The recursive solution is famously short. For each node, swap its children, then recurse into both.

def invert_tree(root):
    if not root:
        return None
    root.left, root.right = invert_tree(root.right), invert_tree(root.left)
    return root

An iterative BFS version uses a queue.

from collections import deque

def invert_tree_iterative(root):
    if not root:
        return None
    queue = deque([root])
    while queue:
        node = queue.popleft()
        node.left, node.right = node.right, node.left
        if node.left:
            queue.append(node.left)
        if node.right:
            queue.append(node.right)
    return root

Both visit every node exactly once.

Walk Through an Example

Use the four-node tree:

    1
   / \
  2   3
 /
4

Call invert_tree(1). We recurse on the right child first because of how Python evaluates the right-hand side, then the left.

Actually, both subcalls evaluate before the tuple assignment, so let us trace conceptually instead. We invert the right subtree at node 3: it has no children, so it returns itself. We invert the left subtree at node 2: it recursively inverts its right (None) and its left (node 4), so node 2’s children become left=None, right=node 4. Node 2 returns itself.

Back at node 1, we assign root.left = inverted_right = node 3 and root.right = inverted_left = node 2.

Final tree:

    1
   / \
  3   2
       \
        4

Edge Cases

  • Empty tree: root is None. The base case returns None. Always handle this first.
  • Single node: no children to swap; we return the same node.
  • Skewed tree: a chain only along left or right pointers. Recursion depth equals the number of nodes; large inputs can hit Python’s recursion limit.
  • Duplicate values: the algorithm only swaps pointers and does not compare values, so duplicates are fine.

Complexity Analysis

  • Time: O(n) where n is the number of nodes. Every node is visited and swapped once.
  • Space recursive: O(h) for the call stack, where h is the tree height. Balanced is O(log n); worst case is O(n) for a skewed tree.
  • Space iterative: O(w) where w is the maximum width of the tree. Balanced is O(n / 2) at the deepest level.

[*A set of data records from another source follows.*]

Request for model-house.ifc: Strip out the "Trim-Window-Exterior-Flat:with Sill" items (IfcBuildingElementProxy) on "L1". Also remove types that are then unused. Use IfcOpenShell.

First a look at what the model holds.

```python
import ifcopenshell
import ifcopenshell.util.element

model = ifcopenshell.open("model-house.ifc")
print(model.schema)
storey = next(s for s in model.by_type("IfcBuildingStorey") if s.Name == "L1")
proxies = [e for e in ifcopenshell.util.element.get_decomposition(storey) if e.is_a("IfcBuildingElementProxy")]
seen = {}
for e in proxies:
    element_type = ifcopenshell.util.element.get_type(e)
    name = element_type.Name if element_type not in (None, e) else None
    seen[name] = seen.get(name, 0) + 1
for name, count in sorted(seen.items(), key=str):
    print(count, "x", name)
```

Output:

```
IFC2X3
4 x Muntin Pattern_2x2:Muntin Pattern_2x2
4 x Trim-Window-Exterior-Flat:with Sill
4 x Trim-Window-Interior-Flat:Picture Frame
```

```python
import ifcopenshell
import ifcopenshell.api.root
import ifcopenshell.util.element

model = ifcopenshell.open("model-house.ifc")

storey = next(s for s in model.by_type("IfcBuildingStorey") if s.Name == "L1")
proxies = [e for e in ifcopenshell.util.element.get_decomposition(storey) if e.is_a("IfcBuildingElementProxy")]
targets = [e for e in proxies if (t := ifcopenshell.util.element.get_type(e)) not in (None, e) and t.Name == "Trim-Window-Exterior-Flat:with Sill"]
types = {ifcopenshell.util.element.get_type(e) for e in targets} - {None, *targets}

for e in targets:
    ifcopenshell.api.root.remove_product(model, product=e)
print(len(targets), "removed")

unused = [t for t in types if not ifcopenshell.util.element.get_types(t)]
for t in unused:
    ifcopenshell.api.root.remove_product(model, product=t)
print(len(unused), "unused types removed")

model.write("model-house_updated.ifc")
```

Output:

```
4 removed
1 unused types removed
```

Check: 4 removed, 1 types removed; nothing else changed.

How to Explain It in an Interview

State the recursive definition first: the inverted form of a tree rooted at node X is a tree with the same value at the root, the inverted right subtree on the left, and the inverted left subtree on the right. That sentence alone is the entire algorithm.

Then articulate the base case: an empty subtree is its own inverse. With those two pieces, the recursive code writes itself.

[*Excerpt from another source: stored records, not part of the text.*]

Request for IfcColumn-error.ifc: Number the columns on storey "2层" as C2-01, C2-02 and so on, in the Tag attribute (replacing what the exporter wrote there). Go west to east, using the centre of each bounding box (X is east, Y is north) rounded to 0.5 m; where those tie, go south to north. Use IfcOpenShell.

First a look at what the model holds.

```python
import ifcopenshell
import ifcopenshell.util.element
import ifcopenshell.util.placement

model = ifcopenshell.open("IfcColumn-error.ifc")
print(model.schema)
storey = next(s for s in model.by_type("IfcBuildingStorey") if s.Name == "2层")
columns = [e for e in ifcopenshell.util.element.get_decomposition(storey) if e.is_a("IfcColumn")]
for e in sorted(columns, key=lambda e: e.id()):
    origin = ifcopenshell.util.placement.get_local_placement(e.ObjectPlacement)[:3, 3]
    print(e.id(), e.Tag, e.Name, origin.round(2) + 0.0, sep=" | ")
```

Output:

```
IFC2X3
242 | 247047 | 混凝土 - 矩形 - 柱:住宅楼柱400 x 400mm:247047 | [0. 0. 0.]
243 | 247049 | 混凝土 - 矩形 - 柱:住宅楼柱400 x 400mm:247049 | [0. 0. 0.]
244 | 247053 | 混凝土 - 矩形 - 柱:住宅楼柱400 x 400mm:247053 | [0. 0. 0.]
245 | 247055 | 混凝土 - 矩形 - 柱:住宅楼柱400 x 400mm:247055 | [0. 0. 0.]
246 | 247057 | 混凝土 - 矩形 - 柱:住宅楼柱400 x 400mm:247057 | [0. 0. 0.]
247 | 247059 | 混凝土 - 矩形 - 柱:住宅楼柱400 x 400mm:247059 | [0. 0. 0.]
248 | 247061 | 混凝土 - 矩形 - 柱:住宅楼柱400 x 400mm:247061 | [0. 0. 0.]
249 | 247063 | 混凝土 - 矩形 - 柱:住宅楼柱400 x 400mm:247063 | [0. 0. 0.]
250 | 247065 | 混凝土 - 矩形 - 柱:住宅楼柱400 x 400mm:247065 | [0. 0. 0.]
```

```python
import ifcopenshell
import ifcopenshell.geom
import ifcopenshell.util.element
import ifcopenshell.util.shape

model = ifcopenshell.open("IfcColumn-error.ifc")
settings = ifcopenshell.geom.settings()
settings.set("use-world-coords", True)


def centre(element):
    shape = ifcopenshell.geom.create_shape(settings, element)
    return ifcopenshell.util.shape.get_bbox_centroid(shape.geometry)


storey = next(s for s in model.by_type("IfcBuildingStorey") if s.Name == "2层")
columns = [e for e in ifcopenshell.util.element.get_decomposition(storey) if e.is_a("IfcColumn")]

# Insertion points can sit at a corner or the storey origin, so sort by the geometry (in metres).
centres = {e: centre(e) for e in columns}
columns.sort(key=lambda e: (round(centres[e][0] / 0.5), centres[e][1]))

for i, e in enumerate(columns, start=1):
    number = f"C2-{i:02d}"
    e.Tag = number
    print(e.id(), number)

model.write("IfcColumn-error-out.ifc")
```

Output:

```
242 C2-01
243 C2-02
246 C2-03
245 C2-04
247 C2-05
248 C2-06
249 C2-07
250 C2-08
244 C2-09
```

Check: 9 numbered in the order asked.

If asked about iteration, mention BFS with a queue (or DFS with a stack); the only difference is the traversal order, and the swap happens when each node is popped. Either works because the swap is local to each node.

Finally, address the trivia: the question is famous, but interviewers care more about the explanation than the four lines. They want to hear you describe the invariant and handle edge cases without prompting.

  • LeetCode 100 Same Tree, another fundamental recursive tree problem.
  • LeetCode 101 Symmetric Tree, which is essentially “is this tree its own inversion”.
  • LeetCode 104 Maximum Depth of Binary Tree for more DFS practice.
  • LeetCode 617 Merge Two Binary Trees for combined recursive transformation.

Wrap up

Invert Binary Tree is a great gateway to recursive thinking. The trick is to define the operation in terms of itself and trust the recursion. Once you are comfortable, move on to Symmetric Tree, which uses two pointers that recurse in mirror, and revisit Binary Trees Traversals to solidify DFS versus BFS choices.